Work request:
Copy out each line of the data that contains "IFCRELVOIDSELEMENT".

[Collected data entries]
+ + + + + + +

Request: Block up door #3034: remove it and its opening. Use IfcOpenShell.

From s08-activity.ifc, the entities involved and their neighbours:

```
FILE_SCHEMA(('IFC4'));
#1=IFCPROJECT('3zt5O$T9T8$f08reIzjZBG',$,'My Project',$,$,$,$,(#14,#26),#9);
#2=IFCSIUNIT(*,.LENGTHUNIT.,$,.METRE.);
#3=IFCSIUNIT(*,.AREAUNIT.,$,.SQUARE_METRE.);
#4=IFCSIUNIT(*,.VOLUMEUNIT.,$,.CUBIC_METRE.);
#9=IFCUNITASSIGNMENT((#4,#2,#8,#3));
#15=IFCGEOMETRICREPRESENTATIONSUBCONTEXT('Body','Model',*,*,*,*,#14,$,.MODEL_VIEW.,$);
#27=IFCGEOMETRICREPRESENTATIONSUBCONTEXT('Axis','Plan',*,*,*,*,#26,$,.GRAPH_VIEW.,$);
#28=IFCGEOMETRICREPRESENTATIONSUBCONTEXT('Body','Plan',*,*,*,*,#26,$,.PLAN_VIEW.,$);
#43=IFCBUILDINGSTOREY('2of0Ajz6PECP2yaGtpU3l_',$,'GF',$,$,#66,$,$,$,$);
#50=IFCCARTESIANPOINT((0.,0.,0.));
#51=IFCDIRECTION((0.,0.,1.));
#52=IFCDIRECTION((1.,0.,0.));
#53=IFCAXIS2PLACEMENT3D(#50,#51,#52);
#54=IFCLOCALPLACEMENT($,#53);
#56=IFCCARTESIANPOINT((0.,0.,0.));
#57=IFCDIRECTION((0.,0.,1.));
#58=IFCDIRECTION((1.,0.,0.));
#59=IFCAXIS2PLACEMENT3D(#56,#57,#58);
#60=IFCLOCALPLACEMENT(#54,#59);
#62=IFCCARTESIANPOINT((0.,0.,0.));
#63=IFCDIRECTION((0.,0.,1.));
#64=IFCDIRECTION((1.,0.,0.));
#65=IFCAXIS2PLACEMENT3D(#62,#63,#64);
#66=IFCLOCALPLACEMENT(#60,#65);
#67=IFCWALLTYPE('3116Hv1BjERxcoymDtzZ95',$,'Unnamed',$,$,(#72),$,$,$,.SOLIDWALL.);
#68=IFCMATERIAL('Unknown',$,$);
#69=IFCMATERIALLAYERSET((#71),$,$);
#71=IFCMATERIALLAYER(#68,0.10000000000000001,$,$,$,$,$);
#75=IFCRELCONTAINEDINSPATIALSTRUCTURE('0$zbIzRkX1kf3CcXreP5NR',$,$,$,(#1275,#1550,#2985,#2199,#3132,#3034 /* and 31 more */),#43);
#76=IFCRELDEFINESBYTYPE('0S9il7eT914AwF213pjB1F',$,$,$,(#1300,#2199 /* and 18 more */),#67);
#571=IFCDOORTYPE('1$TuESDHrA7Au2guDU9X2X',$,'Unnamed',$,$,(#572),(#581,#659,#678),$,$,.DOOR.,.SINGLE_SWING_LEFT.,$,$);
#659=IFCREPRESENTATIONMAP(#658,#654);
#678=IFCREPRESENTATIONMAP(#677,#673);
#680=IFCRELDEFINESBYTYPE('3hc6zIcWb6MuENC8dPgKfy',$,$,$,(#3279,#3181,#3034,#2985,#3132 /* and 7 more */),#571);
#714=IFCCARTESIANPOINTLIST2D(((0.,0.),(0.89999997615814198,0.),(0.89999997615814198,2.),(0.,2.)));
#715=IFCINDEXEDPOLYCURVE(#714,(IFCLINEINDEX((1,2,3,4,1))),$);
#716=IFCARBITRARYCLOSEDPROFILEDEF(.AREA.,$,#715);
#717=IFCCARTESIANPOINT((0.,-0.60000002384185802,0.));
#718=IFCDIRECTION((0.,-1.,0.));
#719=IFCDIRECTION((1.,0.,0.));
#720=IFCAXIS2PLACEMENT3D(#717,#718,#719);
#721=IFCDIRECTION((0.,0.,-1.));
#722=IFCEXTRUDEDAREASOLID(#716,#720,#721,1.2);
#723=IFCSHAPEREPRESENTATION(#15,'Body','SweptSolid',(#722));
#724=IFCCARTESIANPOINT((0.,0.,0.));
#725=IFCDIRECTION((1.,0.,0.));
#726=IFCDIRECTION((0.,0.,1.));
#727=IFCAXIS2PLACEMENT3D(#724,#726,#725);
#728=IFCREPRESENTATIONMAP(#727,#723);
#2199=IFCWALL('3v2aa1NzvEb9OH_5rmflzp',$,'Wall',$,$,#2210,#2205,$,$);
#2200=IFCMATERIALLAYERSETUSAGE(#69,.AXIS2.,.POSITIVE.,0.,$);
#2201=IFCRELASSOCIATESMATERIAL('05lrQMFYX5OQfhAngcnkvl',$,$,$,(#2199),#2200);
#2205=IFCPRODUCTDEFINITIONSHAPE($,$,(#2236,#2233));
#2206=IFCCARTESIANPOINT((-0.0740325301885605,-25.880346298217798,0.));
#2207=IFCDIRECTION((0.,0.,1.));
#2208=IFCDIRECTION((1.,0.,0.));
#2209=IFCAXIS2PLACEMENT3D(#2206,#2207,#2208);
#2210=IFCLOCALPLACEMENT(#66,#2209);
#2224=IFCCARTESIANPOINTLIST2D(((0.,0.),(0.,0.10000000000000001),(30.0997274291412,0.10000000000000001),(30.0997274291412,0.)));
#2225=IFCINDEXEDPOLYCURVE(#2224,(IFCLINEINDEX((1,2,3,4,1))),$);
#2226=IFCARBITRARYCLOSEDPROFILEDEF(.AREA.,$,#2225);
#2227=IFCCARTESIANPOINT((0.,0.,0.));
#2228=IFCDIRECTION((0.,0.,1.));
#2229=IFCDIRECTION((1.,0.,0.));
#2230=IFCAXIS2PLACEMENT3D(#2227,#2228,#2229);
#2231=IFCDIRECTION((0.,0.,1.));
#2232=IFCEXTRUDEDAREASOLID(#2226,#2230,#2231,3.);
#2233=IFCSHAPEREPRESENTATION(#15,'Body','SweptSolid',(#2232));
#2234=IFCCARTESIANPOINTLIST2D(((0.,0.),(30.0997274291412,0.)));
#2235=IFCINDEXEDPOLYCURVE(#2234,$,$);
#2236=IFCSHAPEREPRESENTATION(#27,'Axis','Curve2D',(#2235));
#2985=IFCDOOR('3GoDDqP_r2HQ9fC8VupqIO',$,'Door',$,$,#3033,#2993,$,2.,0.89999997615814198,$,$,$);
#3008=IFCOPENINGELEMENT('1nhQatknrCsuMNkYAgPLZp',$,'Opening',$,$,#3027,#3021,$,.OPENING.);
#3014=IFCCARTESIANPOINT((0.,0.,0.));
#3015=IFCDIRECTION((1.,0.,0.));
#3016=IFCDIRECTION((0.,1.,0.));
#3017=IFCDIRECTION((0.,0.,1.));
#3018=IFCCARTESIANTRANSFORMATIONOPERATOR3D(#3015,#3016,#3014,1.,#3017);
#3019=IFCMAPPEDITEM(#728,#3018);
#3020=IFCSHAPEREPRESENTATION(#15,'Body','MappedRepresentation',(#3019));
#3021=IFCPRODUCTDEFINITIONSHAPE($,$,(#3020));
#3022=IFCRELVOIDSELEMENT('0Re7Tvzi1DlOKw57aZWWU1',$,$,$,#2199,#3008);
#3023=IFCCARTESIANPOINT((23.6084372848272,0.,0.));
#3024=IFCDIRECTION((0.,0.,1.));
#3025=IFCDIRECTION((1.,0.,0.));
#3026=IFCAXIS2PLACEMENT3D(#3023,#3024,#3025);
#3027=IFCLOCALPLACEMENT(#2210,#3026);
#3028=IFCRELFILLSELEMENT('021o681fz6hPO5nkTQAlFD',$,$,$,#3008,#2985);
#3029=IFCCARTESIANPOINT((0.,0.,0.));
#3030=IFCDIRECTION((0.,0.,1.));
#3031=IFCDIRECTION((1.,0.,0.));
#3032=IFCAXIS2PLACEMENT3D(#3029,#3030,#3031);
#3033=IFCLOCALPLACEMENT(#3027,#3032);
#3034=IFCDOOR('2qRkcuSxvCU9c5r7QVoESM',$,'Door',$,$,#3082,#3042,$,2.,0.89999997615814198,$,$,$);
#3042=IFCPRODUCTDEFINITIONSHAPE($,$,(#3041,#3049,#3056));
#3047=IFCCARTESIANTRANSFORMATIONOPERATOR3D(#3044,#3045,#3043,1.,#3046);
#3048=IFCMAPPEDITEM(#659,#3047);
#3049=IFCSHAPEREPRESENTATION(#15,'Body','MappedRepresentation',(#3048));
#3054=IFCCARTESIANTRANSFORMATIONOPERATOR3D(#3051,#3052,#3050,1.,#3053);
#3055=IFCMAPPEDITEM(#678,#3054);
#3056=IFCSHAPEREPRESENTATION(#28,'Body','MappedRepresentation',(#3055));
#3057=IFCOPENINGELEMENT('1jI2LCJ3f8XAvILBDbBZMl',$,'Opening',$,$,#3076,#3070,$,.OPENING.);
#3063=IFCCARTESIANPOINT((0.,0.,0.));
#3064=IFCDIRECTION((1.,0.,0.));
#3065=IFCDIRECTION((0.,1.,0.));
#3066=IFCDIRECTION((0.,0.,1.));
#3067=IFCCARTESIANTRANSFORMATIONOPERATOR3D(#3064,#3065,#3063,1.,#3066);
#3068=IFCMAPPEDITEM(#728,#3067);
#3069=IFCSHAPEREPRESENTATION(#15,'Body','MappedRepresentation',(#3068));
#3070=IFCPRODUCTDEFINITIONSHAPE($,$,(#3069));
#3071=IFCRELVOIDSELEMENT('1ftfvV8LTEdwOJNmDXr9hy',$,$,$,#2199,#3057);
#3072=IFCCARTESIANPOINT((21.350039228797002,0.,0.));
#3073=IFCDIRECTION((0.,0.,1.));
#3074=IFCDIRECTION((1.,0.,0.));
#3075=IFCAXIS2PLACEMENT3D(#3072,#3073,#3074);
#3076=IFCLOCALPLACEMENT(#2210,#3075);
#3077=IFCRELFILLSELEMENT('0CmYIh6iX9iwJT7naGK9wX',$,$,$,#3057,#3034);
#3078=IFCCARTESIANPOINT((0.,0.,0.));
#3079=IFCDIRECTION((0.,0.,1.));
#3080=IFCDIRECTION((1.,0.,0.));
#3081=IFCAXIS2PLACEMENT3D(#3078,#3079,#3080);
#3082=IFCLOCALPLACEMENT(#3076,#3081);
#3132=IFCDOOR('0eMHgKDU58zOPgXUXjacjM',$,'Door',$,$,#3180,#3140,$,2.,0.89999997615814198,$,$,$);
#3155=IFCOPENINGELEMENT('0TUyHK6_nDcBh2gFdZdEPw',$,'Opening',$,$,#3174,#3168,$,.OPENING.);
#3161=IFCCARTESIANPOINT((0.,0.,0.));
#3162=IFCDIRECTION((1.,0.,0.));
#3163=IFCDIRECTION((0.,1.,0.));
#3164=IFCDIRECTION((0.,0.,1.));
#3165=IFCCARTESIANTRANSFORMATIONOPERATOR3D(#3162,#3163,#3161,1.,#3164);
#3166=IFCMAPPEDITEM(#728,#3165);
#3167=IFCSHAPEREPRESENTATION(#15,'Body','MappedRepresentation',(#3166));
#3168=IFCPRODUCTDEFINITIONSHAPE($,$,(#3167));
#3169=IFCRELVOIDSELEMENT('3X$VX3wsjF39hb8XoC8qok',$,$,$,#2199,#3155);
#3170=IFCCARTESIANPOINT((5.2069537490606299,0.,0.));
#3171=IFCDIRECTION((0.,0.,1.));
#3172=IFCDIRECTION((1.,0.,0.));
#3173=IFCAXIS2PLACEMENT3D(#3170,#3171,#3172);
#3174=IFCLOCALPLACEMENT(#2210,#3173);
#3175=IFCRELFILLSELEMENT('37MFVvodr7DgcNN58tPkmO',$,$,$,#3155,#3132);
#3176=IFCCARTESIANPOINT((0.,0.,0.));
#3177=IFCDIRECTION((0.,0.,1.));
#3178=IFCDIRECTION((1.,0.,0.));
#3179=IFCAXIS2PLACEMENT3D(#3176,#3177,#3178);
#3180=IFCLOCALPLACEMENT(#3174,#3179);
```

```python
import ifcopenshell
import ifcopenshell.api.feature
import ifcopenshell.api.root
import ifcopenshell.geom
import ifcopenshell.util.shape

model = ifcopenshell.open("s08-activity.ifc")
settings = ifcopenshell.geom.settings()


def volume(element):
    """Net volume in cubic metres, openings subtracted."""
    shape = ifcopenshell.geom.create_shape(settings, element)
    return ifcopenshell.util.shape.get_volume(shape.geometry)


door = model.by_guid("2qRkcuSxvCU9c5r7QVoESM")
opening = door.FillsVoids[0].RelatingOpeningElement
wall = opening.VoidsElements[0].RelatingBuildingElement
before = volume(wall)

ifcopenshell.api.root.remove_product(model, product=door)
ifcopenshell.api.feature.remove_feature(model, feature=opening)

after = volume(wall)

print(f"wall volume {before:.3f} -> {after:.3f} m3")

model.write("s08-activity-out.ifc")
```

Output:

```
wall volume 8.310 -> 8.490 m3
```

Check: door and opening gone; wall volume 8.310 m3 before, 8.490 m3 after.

+ + + + + + +

Exercise answer:
#3022=IFCRELVOIDSELEMENT('0Re7Tvzi1DlOKw57aZWWU1',$,$,$,#2199,#3008);
#3071=IFCRELVOIDSELEMENT('1ftfvV8LTEdwOJNmDXr9hy',$,$,$,#2199,#3057);
#3169=IFCRELVOIDSELEMENT('3X$VX3wsjF39hb8XoC8qok',$,$,$,#2199,#3155);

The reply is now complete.